What Python fuzzing finds
Python is memory-safe, so the focus is on:
- Unhandled exceptions:
ValueError, RecursionError, MemoryError,
UnicodeDecodeError, and any exception the library should have caught and
converted to a clean error.
AssertionError: internal invariant violations triggered by crafted
input.
- Hangs / infinite loops: detected by OSS-Fuzz's timeout.
- Crashes in C extensions: Python libraries that wrap C code (e.g. lxml,
Pillow, cryptography) can still have memory-corruption bugs in their C layer,
which Atheris will surface because libFuzzer runs the whole process.
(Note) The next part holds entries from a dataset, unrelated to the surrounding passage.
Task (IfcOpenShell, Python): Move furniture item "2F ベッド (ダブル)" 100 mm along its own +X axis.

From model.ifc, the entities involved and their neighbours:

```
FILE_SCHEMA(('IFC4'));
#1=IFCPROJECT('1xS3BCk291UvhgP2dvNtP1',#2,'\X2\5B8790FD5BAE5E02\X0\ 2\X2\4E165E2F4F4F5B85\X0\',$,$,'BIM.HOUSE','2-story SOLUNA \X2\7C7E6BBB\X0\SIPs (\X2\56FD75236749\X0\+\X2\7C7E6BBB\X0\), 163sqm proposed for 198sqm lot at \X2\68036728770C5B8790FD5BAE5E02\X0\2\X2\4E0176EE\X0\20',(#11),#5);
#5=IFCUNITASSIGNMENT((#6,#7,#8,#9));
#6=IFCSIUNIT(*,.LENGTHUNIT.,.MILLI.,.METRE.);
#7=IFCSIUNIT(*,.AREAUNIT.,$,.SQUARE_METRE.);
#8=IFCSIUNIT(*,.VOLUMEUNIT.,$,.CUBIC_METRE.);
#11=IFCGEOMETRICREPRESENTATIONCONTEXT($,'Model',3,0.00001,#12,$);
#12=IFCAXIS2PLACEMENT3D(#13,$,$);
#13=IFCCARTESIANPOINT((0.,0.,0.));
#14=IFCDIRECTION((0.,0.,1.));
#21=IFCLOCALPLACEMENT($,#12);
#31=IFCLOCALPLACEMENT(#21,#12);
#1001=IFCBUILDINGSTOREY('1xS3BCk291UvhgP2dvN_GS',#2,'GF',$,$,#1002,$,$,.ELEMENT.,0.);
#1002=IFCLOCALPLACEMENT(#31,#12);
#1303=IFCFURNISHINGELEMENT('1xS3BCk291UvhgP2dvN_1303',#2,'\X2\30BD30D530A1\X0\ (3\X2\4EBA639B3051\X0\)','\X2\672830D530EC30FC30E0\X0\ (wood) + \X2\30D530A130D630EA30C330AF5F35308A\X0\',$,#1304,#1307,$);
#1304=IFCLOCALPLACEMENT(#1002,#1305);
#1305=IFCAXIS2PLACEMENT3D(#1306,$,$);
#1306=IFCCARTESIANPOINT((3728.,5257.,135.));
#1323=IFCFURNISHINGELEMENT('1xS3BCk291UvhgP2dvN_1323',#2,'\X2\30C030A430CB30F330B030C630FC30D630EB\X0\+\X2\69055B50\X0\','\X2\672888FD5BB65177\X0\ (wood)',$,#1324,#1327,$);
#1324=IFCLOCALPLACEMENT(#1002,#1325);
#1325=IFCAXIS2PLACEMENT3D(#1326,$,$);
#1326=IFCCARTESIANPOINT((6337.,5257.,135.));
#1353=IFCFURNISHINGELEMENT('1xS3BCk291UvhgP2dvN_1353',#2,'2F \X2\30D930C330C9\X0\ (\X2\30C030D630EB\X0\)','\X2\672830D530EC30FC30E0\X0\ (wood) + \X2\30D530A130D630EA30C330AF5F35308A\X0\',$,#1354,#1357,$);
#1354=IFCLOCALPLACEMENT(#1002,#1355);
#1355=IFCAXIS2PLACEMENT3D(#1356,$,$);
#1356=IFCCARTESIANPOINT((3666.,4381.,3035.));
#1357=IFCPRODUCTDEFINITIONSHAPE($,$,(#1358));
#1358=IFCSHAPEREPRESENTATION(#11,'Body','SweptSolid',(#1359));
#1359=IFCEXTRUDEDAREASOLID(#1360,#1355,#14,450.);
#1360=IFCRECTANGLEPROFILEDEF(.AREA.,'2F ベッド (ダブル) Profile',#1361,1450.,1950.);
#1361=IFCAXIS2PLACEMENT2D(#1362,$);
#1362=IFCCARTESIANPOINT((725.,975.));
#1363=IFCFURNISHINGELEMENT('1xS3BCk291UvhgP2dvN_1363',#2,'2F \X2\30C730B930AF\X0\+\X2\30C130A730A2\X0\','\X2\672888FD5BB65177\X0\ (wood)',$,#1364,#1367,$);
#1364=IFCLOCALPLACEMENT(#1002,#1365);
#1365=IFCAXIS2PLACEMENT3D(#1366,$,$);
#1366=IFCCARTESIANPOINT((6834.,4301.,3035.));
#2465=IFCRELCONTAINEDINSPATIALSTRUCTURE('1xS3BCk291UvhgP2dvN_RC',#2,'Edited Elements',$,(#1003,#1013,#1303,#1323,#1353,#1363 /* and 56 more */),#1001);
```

```python
import ifcopenshell
import ifcopenshell.api.geometry
import ifcopenshell.util.placement

model = ifcopenshell.open("model.ifc")

item = model.by_guid("1xS3BCk291UvhgP2dvN_1353")
matrix = ifcopenshell.util.placement.get_local_placement(item.ObjectPlacement)
matrix[:3, 3] += matrix[:3, 0] * 100.0
ifcopenshell.api.geometry.edit_object_placement(model, product=item, matrix=matrix, is_si=False)

print(ifcopenshell.util.placement.get_local_placement(item.ObjectPlacement).round(3) + 0.0)

model.write("model_v2.ifc")
```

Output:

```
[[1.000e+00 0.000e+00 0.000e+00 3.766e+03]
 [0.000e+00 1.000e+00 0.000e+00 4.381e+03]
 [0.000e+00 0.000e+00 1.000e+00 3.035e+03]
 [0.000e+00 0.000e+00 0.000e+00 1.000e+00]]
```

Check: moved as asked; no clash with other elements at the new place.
- Logic errors: incorrect output, silent data corruption, wrong parsing
results on edge-case inputs.
Operational guidelines
- Always validate with:
python3 infra/helper.py build_fuzzers <project>
python3 infra/helper.py check_build <project>
python3 infra/helper.py run_fuzzer <project> <fuzzer_name> -- -max_total_time=30
- An instant crash usually means an exception is being raised on every input.
Run the harness locally (
python3 fuzz_target.py) on a sample input to
debug before building through OSS-Fuzz.
- Test the harness locally before the OSS-Fuzz build:
python3 fuzz_target.py <seed_file>
Atheris supports running in single-input mode outside libFuzzer.
- Install the package locally (
pip3 install .) and iterate quickly before
going through the Docker build.
- When iterating locally clone the upstream repo and switch the Dockerfile from
RUN git clone to COPY to avoid network round-trips.
- Document why each entry point was chosen and what class of bugs it may find.